M&A Critique

Total buys stake in Adani Gas to increase India footprint

In order to make a larger presence in India, Total SA will buy a 37.4% stake in Ahmedabad-based Adani Gas Ltd for Rs 6,200 crore. The French energy giant has made an open offer to public shareholders of Adani Gas to acquire up to 25% stake. It has offered to buy shares at 149.63 apiece, which was 8.7% higher than the previous day of the announcement. The deal is an indication of rising global interest in India’s oil and gas sector.

Total SA will purchase 37.4% shares in Adani Gas Limited through a tender offer to public shareholders to acquire up to 25.2% shares subject to applicable regulations and purchase the residual shares from Adani Family. Adani Family and TOTAL SA shareholders shall ultimately hold 37.4% each and public shareholders shall hold remaining 25.2%. as Securities and Exchange Board of India norms mandate listed companies to maintain minimum public shareholding of 25%.

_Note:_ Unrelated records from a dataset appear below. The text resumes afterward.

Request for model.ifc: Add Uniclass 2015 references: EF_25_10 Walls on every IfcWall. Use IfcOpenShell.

First a look at what the model holds.

```python
import ifcopenshell

model = ifcopenshell.open("model.ifc")
print(model.schema)
print("classifications:", [c.Name for c in model.by_type("IfcClassification")])
for ifc_class in ("IfcDoor", "IfcRoof", "IfcStair", "IfcWall", "IfcWindow"):
    print(ifc_class, len(model.by_type(ifc_class)))
```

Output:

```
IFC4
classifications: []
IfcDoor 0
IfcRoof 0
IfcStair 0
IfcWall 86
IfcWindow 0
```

```python
import ifcopenshell
import ifcopenshell.api.classification

model = ifcopenshell.open("model.ifc")

system = ifcopenshell.api.classification.add_classification(model, classification="Uniclass 2015")

codes = {
    "IfcWall": ("EF_25_10", "Walls"),
}
for ifc_class, (code, name) in codes.items():
    products = model.by_type(ifc_class)
    ifcopenshell.api.classification.add_reference(
        model, products=products, classification=system, identification=code, name=name
    )
    print(code, len(products))

model.write("model_rev.ifc")
```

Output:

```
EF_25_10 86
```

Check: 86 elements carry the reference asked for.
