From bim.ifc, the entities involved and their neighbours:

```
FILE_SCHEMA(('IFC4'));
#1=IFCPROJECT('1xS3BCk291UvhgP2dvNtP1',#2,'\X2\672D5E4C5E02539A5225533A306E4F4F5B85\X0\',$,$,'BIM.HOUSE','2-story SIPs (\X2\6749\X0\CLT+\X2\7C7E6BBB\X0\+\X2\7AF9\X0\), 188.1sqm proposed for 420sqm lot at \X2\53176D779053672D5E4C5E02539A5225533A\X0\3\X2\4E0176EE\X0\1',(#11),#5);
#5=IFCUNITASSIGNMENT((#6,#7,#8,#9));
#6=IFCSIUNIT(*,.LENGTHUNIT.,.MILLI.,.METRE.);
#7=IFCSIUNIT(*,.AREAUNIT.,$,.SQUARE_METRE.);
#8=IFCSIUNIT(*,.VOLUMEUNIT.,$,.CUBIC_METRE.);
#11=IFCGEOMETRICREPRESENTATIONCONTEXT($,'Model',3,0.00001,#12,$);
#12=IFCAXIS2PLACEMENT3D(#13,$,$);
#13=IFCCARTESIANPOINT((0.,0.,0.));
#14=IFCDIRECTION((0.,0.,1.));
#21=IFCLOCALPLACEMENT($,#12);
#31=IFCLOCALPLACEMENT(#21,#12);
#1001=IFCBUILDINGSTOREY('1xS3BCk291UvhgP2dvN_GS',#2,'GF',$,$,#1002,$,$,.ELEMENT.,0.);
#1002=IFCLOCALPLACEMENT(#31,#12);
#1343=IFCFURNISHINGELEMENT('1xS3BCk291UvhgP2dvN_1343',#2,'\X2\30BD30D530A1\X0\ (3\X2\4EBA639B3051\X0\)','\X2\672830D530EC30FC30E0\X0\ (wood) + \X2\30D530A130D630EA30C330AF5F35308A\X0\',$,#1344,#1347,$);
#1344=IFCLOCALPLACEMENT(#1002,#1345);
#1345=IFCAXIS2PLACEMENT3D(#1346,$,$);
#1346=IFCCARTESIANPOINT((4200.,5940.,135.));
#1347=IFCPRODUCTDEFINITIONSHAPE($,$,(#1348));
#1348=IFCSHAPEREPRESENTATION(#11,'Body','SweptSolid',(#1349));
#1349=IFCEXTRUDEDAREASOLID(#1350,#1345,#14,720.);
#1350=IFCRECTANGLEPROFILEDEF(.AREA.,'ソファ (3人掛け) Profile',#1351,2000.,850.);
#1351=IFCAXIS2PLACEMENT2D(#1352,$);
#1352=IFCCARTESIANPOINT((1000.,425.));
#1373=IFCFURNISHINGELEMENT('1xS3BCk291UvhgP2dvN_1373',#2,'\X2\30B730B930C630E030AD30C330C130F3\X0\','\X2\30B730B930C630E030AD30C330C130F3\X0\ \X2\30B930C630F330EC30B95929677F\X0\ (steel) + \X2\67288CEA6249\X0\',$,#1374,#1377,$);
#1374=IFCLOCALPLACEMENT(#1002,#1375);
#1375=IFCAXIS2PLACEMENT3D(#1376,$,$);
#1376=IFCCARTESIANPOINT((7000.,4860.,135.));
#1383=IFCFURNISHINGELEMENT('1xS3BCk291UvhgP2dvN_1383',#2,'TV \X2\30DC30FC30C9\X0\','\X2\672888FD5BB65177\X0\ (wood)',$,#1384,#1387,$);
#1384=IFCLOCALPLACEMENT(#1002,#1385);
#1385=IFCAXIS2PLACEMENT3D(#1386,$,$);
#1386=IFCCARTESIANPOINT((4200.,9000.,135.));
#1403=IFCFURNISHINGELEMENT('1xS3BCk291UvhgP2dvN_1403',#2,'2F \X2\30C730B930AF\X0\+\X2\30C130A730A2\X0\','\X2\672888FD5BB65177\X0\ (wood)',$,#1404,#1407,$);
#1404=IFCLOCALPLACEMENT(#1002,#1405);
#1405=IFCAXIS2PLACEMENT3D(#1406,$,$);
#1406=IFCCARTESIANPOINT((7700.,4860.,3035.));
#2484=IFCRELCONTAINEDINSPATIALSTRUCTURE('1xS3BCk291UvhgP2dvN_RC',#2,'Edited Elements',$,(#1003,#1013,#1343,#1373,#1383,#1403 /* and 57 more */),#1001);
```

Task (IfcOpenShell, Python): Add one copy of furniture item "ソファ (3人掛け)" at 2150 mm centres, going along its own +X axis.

```python
import ifcopenshell
import ifcopenshell.api.geometry
import ifcopenshell.api.root
import ifcopenshell.util.element
import ifcopenshell.util.placement

model = ifcopenshell.open("bim.ifc")


def reuse_history(source, copy):
    """copy_class also copies each property set's owner history, people and application; keep the originals."""
    for rel in copy.IsDefinedBy:
        if rel.is_a("IfcRelDefinesByProperties") and (history := rel.RelatingPropertyDefinition.OwnerHistory):
            rel.RelatingPropertyDefinition.OwnerHistory = source.OwnerHistory
            ifcopenshell.util.element.remove_deep2(model, history)


source = model.by_guid("1xS3BCk291UvhgP2dvN_1343")
base = ifcopenshell.util.placement.get_local_placement(source.ObjectPlacement)
step = base[:3, 0] * 2150.0

for i in range(1, 2):
    copy = ifcopenshell.api.root.copy_class(model, product=source)
    copy.Representation = ifcopenshell.util.element.copy_deep(
        model, source.Representation, exclude=["IfcGeometricRepresentationContext", "IfcRepresentationMap"]
    )
    reuse_history(source, copy)
    matrix = base.copy()
    matrix[:3, 3] += i * step
    print("added at", matrix[:3, 3].round(3) + 0.0)
    ifcopenshell.api.geometry.edit_object_placement(model, product=copy, matrix=matrix, is_si=False)

model.write("bim_v2.ifc")
```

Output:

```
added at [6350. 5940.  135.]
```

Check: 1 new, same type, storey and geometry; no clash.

The partnership will help develop regasification terminals including Dharma Ltd on the east coast of India and Mundra in the west. The partnership comes after a year when the two companies had agreed to set up an equal joint venture to import and retail natural gas. Under the deal, Total will bring its LNG as well as retail expertise and will also supply LNG to Adani Gas.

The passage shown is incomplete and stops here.